Self-consistency cycle

1. The SCC starts with an initial guess for the electronic density of the system. In particular, VASP uses the approximation of overlapping atomic charge densities. This density defines the initial Hamiltonian.
2. By means of iterative matrix-diagonalization techniques, one obtains the NBANDS lowest lying eigenstates of the Hamiltonian. The iterative matrix-diagonalization algorithms implemented in VASP are the blocked-Davidson algorithm and the residual-minimization method with direct inversion in the iterative subspace (RMM-DIIS). Per default VASP uses the blocked-Davidson algorithm (ALGO = Normal).
3. After the eigenstates and eigenvalues have been determined with sufficient accuracy, they are used in order to compute the total energy of the system and to construct a new electronic density.
4. In principle, this new density could be taken to define a new Hamiltonian. However, in order to obtain a stable algorithm, this new density is not used as is but is mixed with the old density. By default VASP uses a Broyden mixer. The resulting density then defines the new Hamiltonian for the next round of iterative matrix diagonalization (step 2).

Steps 2-4 are repeated until the change in the total energy from one cycle to the next drops below a specific threshold set by EDIFF.

Note that when starting from scratch (ISTART = 0), the SCC procedure of VASP always begins with several (NELMDL) cycles where the density is kept fixed at the initial approximation, i.e., overlapping atomic charge densities. This ensures that the wavefunctions that are initialized with random numbers have converged to something sensible before they are used to construct a new charge density.
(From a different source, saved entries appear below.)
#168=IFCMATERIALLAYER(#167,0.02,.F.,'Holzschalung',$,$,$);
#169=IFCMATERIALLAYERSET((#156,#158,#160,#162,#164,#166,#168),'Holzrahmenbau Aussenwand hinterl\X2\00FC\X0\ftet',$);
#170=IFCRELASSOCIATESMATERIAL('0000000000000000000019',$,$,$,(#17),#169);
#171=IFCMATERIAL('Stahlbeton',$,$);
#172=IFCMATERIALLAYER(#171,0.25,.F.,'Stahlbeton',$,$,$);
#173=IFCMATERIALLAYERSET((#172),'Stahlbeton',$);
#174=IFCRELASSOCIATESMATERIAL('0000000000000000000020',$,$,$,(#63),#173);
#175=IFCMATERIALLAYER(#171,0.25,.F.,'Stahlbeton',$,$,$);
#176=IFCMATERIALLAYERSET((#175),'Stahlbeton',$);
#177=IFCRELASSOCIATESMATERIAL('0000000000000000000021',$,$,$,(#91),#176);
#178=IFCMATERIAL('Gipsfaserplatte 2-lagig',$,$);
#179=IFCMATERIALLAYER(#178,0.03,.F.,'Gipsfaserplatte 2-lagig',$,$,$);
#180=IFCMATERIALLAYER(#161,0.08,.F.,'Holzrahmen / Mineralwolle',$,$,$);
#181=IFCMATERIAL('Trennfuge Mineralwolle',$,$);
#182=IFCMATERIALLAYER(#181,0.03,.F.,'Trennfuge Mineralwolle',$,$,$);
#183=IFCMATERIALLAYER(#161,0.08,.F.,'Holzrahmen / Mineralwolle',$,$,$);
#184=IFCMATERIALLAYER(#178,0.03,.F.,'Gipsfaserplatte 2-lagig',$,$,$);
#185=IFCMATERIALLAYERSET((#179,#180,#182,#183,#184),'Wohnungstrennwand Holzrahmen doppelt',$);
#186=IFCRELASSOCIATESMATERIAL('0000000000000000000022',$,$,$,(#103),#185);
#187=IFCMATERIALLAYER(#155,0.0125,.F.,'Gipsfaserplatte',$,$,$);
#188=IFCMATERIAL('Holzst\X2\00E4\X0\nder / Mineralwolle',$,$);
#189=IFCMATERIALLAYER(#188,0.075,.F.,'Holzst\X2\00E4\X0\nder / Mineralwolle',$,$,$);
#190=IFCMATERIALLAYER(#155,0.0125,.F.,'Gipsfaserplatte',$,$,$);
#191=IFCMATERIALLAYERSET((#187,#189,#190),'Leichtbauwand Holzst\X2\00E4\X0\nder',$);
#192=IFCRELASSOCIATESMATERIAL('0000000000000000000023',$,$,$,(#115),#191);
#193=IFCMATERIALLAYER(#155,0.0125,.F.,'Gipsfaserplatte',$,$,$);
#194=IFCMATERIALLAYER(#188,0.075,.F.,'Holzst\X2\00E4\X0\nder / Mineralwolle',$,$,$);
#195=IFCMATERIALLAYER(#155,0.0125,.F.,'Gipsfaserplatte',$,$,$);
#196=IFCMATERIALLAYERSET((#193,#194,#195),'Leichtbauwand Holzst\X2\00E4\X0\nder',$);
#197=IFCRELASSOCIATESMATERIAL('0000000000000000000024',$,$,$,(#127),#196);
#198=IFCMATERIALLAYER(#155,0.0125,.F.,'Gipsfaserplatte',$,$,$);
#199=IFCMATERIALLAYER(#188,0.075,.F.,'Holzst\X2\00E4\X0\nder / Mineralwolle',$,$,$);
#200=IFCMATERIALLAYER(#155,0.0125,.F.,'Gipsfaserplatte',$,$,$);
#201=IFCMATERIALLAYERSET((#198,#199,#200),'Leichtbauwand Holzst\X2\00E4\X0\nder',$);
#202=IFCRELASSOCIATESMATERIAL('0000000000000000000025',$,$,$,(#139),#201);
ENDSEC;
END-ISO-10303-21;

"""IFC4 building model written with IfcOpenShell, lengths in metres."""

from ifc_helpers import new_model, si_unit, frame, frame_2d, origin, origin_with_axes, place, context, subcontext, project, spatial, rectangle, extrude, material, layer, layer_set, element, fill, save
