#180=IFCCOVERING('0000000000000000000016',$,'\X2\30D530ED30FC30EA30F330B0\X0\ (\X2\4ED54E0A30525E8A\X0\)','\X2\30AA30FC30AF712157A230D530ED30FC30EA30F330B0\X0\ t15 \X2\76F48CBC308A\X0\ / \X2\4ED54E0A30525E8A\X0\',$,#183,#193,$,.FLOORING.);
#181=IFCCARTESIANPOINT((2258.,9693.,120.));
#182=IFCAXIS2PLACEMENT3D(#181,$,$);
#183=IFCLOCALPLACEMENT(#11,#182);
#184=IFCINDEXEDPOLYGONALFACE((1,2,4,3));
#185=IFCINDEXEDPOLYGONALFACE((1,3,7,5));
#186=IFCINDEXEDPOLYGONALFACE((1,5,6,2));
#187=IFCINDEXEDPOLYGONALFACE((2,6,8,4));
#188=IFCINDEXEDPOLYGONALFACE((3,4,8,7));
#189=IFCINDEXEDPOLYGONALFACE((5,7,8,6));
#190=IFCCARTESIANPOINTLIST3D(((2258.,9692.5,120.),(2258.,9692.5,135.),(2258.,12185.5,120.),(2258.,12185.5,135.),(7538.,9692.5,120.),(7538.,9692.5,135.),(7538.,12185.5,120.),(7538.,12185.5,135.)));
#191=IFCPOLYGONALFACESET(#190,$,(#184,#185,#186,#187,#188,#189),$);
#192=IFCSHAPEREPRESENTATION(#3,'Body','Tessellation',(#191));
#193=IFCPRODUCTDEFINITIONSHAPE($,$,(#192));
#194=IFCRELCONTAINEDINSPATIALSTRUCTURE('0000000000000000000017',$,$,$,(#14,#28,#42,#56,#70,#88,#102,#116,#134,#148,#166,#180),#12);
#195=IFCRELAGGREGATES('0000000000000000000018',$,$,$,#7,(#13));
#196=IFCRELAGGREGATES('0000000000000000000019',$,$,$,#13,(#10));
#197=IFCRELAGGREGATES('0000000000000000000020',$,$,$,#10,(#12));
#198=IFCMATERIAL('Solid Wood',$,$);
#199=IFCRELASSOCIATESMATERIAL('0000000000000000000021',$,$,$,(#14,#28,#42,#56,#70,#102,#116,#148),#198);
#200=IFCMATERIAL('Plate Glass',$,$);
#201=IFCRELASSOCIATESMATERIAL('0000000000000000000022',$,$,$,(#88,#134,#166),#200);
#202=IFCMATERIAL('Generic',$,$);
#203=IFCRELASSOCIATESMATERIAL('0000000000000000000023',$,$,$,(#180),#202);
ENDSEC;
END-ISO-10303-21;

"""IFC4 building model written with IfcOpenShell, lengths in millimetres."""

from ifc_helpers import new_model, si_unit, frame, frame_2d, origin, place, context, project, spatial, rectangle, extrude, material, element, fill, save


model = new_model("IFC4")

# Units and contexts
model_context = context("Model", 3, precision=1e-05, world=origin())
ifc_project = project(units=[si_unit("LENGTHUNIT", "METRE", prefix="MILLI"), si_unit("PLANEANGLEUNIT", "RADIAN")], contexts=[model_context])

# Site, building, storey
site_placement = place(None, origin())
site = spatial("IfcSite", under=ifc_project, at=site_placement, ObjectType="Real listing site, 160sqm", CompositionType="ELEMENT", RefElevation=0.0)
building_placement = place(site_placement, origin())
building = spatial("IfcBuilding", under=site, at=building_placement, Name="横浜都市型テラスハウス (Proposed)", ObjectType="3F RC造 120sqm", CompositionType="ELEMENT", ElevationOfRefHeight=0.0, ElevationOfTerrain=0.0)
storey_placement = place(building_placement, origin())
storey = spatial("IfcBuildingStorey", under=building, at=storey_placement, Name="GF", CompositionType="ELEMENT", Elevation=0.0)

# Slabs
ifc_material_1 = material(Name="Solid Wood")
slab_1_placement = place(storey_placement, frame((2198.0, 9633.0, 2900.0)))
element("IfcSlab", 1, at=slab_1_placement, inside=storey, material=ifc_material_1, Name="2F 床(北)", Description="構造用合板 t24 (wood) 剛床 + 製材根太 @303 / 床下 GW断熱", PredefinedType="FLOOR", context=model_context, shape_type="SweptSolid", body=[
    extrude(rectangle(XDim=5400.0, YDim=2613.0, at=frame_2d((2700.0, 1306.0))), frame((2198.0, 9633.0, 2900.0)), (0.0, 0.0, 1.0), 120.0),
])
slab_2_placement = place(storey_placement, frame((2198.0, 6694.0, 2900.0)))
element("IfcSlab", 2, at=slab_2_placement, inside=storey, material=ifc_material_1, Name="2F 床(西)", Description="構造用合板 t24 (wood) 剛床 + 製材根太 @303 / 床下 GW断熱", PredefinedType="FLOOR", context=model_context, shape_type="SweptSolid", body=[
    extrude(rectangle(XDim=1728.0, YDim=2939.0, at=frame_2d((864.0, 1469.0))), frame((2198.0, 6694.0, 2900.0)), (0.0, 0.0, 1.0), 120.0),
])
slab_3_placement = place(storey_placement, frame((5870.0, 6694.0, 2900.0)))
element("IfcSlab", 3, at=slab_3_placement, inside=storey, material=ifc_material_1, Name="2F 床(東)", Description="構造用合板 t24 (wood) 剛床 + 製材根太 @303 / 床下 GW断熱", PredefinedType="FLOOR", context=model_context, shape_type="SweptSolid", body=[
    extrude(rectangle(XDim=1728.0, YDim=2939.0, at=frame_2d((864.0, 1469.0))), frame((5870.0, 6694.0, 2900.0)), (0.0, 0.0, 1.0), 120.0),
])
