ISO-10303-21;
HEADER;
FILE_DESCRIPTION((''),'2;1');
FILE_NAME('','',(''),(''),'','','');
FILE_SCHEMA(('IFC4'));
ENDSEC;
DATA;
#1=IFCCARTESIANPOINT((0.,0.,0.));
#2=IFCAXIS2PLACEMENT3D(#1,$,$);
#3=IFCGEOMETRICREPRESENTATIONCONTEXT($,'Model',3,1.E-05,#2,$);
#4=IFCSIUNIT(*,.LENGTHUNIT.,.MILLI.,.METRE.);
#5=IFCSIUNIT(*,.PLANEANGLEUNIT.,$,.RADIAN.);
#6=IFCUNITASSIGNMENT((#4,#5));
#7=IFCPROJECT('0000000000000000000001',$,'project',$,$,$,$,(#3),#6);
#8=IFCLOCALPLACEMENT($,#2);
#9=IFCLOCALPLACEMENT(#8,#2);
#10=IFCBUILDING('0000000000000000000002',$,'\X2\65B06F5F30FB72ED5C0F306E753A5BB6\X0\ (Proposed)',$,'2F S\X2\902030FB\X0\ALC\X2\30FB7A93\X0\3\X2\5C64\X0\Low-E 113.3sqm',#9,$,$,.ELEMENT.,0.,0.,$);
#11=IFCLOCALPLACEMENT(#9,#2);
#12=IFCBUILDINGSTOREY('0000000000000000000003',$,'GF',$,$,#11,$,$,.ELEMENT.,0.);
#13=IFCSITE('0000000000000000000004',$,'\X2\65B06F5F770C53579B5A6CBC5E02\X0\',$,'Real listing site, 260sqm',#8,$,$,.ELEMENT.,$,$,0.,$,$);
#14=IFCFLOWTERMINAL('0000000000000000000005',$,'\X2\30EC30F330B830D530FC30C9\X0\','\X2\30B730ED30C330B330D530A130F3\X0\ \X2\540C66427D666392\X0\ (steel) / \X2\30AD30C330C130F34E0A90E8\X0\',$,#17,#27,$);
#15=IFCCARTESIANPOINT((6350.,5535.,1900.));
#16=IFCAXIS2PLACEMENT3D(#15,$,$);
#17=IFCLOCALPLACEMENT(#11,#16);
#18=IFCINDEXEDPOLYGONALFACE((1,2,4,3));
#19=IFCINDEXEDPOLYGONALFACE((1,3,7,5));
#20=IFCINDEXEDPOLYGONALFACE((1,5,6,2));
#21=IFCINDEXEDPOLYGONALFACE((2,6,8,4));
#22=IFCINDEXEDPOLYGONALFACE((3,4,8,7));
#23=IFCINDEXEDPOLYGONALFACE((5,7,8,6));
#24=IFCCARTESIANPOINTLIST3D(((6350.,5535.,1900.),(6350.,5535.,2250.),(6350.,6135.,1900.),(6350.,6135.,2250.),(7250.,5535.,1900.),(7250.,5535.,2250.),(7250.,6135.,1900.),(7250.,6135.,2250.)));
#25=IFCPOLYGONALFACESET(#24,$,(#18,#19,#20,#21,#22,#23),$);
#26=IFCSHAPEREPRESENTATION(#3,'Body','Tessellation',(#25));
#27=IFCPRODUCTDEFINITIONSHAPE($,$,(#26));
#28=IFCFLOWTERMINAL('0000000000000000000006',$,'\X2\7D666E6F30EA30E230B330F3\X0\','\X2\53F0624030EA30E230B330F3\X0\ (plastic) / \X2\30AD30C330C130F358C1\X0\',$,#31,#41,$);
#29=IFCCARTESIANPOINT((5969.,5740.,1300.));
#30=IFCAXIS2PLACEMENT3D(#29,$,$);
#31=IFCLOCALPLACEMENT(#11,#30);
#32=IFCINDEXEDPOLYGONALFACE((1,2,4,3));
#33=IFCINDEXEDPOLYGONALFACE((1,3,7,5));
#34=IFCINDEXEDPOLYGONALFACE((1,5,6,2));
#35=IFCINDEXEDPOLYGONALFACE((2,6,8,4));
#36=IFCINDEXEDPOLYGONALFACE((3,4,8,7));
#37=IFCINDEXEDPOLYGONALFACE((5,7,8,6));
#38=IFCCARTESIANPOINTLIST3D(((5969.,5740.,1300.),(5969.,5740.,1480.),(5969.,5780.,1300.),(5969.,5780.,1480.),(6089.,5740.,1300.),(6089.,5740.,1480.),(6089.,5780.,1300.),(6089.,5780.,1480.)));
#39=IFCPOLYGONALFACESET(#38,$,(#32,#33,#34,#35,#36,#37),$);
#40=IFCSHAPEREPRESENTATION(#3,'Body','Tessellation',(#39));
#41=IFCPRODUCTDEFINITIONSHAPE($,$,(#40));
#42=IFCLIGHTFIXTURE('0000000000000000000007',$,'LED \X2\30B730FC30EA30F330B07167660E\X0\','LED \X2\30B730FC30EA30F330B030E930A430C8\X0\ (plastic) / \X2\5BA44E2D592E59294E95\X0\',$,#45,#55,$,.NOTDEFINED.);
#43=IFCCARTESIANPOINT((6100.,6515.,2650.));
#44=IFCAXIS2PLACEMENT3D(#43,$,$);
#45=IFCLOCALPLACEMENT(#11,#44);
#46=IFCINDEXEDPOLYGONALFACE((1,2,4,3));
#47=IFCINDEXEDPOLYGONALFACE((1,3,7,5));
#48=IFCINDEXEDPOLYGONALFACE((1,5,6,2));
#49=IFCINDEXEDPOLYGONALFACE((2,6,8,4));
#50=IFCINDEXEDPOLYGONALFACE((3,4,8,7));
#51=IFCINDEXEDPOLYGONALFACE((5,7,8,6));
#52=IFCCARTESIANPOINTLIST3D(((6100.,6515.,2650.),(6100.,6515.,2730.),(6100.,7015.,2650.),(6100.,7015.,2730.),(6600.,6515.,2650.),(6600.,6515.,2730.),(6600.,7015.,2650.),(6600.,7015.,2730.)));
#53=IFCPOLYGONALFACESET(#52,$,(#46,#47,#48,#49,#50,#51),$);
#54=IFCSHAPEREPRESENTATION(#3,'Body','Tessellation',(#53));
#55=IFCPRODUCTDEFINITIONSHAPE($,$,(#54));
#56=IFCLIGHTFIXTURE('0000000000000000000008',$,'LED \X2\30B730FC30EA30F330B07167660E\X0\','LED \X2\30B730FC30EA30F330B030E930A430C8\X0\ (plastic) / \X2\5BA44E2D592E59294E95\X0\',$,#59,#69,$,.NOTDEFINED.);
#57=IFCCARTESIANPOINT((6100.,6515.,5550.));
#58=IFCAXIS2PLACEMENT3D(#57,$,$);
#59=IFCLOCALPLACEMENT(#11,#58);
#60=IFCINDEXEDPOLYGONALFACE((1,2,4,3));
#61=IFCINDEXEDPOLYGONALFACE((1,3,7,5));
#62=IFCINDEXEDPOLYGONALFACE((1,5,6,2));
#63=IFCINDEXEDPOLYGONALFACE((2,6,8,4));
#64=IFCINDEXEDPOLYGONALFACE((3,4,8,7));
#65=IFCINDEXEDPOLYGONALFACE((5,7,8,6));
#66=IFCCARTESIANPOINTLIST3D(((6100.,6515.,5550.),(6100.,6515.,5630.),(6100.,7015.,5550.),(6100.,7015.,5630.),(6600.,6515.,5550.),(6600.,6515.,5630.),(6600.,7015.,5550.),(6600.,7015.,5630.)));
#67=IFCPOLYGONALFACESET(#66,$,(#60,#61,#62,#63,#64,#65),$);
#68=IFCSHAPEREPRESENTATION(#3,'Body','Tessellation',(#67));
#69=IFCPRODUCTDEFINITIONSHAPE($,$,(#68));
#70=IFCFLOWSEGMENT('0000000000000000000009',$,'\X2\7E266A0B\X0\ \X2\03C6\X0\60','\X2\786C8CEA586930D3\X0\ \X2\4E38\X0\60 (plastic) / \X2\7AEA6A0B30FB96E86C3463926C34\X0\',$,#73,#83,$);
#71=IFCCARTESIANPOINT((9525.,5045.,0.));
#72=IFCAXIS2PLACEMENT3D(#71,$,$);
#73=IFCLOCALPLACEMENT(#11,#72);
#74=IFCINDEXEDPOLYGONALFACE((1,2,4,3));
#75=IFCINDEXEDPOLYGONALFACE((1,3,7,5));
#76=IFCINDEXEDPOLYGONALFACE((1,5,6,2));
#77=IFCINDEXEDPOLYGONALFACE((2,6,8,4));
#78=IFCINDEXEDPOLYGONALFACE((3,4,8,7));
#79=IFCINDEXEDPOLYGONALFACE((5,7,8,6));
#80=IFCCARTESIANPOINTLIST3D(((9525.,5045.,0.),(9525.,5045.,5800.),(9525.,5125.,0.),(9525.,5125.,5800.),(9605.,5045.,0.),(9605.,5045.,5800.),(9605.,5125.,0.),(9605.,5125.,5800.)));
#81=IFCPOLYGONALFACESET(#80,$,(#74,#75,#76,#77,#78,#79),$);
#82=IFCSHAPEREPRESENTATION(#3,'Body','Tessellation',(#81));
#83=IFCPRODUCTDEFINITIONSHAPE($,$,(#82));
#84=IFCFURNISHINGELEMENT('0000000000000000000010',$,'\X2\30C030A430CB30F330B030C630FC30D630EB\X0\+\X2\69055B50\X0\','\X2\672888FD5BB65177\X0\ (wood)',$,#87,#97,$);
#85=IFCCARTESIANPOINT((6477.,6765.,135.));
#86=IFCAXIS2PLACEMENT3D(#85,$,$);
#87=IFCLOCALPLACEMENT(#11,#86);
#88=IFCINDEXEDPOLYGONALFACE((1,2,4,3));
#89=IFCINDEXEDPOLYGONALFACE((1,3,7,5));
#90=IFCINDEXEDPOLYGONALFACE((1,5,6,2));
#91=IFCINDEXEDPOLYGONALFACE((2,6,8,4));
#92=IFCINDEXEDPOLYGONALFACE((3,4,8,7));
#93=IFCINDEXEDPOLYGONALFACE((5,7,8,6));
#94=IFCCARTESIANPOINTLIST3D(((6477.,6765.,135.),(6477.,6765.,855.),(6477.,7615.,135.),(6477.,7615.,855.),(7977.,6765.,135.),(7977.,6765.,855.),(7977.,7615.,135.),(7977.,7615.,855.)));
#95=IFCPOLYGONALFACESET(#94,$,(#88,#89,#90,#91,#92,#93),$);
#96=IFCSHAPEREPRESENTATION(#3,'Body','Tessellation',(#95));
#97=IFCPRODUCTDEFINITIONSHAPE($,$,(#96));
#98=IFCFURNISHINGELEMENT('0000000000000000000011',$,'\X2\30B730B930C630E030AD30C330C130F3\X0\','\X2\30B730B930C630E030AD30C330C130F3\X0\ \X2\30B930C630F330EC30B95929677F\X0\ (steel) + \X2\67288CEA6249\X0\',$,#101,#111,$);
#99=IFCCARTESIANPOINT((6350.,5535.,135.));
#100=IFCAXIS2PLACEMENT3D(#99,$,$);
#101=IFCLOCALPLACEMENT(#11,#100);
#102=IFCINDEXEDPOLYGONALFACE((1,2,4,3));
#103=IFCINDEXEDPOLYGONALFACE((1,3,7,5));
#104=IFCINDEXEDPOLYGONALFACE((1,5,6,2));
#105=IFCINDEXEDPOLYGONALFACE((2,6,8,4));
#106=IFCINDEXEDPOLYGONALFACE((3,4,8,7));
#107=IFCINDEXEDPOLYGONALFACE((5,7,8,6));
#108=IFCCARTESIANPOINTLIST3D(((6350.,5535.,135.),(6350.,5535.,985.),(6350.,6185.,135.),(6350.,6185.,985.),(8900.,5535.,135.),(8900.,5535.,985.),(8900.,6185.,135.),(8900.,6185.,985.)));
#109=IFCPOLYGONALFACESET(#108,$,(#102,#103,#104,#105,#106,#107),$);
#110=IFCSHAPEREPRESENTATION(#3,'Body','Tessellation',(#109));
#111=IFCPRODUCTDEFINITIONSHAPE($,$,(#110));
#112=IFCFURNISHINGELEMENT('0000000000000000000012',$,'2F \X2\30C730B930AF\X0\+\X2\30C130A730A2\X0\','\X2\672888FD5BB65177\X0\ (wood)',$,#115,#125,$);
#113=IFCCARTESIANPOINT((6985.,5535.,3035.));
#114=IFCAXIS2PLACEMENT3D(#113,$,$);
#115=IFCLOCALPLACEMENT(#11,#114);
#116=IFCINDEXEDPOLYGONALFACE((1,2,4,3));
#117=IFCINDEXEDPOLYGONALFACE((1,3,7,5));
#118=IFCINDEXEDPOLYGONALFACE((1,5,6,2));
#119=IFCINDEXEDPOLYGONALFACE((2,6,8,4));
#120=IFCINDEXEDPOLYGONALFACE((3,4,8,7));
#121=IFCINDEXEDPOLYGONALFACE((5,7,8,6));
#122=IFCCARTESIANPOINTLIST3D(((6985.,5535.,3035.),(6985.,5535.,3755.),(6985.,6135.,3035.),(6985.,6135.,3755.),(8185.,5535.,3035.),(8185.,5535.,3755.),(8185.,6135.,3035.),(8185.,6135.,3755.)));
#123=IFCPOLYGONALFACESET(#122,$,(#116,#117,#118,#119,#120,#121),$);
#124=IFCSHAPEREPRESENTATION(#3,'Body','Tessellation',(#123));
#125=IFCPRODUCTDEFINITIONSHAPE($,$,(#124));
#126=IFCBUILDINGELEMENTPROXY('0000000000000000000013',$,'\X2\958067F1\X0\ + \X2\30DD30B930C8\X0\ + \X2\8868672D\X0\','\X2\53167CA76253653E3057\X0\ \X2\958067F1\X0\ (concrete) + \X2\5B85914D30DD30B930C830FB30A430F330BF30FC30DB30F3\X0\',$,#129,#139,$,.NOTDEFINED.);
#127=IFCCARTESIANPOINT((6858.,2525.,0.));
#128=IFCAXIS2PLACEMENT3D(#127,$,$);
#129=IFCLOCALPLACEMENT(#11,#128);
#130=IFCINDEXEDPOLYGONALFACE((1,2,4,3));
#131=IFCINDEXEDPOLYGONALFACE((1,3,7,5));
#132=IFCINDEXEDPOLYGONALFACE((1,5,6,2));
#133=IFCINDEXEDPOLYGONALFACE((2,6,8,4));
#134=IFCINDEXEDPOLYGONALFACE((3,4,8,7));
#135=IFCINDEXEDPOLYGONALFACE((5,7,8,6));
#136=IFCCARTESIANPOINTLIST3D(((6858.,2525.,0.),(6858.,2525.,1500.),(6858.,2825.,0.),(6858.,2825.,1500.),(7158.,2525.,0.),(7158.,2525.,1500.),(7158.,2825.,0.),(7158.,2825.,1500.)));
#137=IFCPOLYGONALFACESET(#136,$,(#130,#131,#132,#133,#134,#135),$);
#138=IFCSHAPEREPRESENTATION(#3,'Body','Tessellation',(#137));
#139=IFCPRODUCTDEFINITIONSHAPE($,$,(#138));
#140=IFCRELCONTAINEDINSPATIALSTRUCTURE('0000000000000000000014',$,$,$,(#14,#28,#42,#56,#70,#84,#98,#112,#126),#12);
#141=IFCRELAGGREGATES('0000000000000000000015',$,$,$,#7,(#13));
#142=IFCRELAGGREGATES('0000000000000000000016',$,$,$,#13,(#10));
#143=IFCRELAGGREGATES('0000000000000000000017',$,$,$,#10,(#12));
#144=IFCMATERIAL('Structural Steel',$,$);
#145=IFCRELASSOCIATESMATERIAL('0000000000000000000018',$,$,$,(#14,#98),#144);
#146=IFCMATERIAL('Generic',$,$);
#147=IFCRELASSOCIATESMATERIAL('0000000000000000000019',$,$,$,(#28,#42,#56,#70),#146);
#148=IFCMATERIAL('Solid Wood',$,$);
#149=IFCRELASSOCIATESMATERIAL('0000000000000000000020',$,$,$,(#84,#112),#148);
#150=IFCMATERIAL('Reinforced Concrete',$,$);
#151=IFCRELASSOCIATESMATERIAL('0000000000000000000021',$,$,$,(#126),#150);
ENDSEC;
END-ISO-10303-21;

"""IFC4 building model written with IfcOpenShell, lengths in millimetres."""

from ifc_helpers import new_model, si_unit, frame, frame_2d, origin, place, context, project, spatial, rectangle, extrude, material, element, save


model = new_model("IFC4")

# Units and contexts
model_context = context("Model", 3, precision=1e-05, world=origin())
ifc_project = project(units=[si_unit("LENGTHUNIT", "METRE", prefix="MILLI"), si_unit("PLANEANGLEUNIT", "RADIAN")], contexts=[model_context])

# Site, building, storey
site_placement = place(None, origin())
site = spatial("IfcSite", under=ifc_project, at=site_placement, Name="新潟県南魚沼市", ObjectType="Real listing site, 260sqm", CompositionType="ELEMENT", RefElevation=0.0)
building_placement = place(site_placement, origin())
building = spatial("IfcBuilding", under=site, at=building_placement, Name="新潟・狭小の町家 (Proposed)", ObjectType="2F S造・ALC・窓3層Low-E 113.3sqm", CompositionType="ELEMENT", ElevationOfRefHeight=0.0, ElevationOfTerrain=0.0)
storey_placement = place(building_placement, origin())
storey = spatial("IfcBuildingStorey", under=building, at=storey_placement, Name="GF", CompositionType="ELEMENT", Elevation=0.0)

# Shared definitions
ifc_material_1 = material(Name="Solid Wood")

# Shared definitions
ifc_material_2 = material(Name="Reinforced Concrete")

# Shared definitions
ifc_material_3 = material(Name="Structural Steel")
For a more detailed description of the SCC have a look at: the self-consistency cycle.

Direct optimization

Similar to the SCC procedure described above, when starting from scratch (ISTART = 0), the direct optimization procedures in VASP always begin with several (NELMDL) self-consistency cycles where the density is kept fixed at the initial approximation (overlapping atomic charge densities). This ensures that the wavefunctions that are initialized with random numbers have converged to a reasonable starting point for the subsequent direct optimization.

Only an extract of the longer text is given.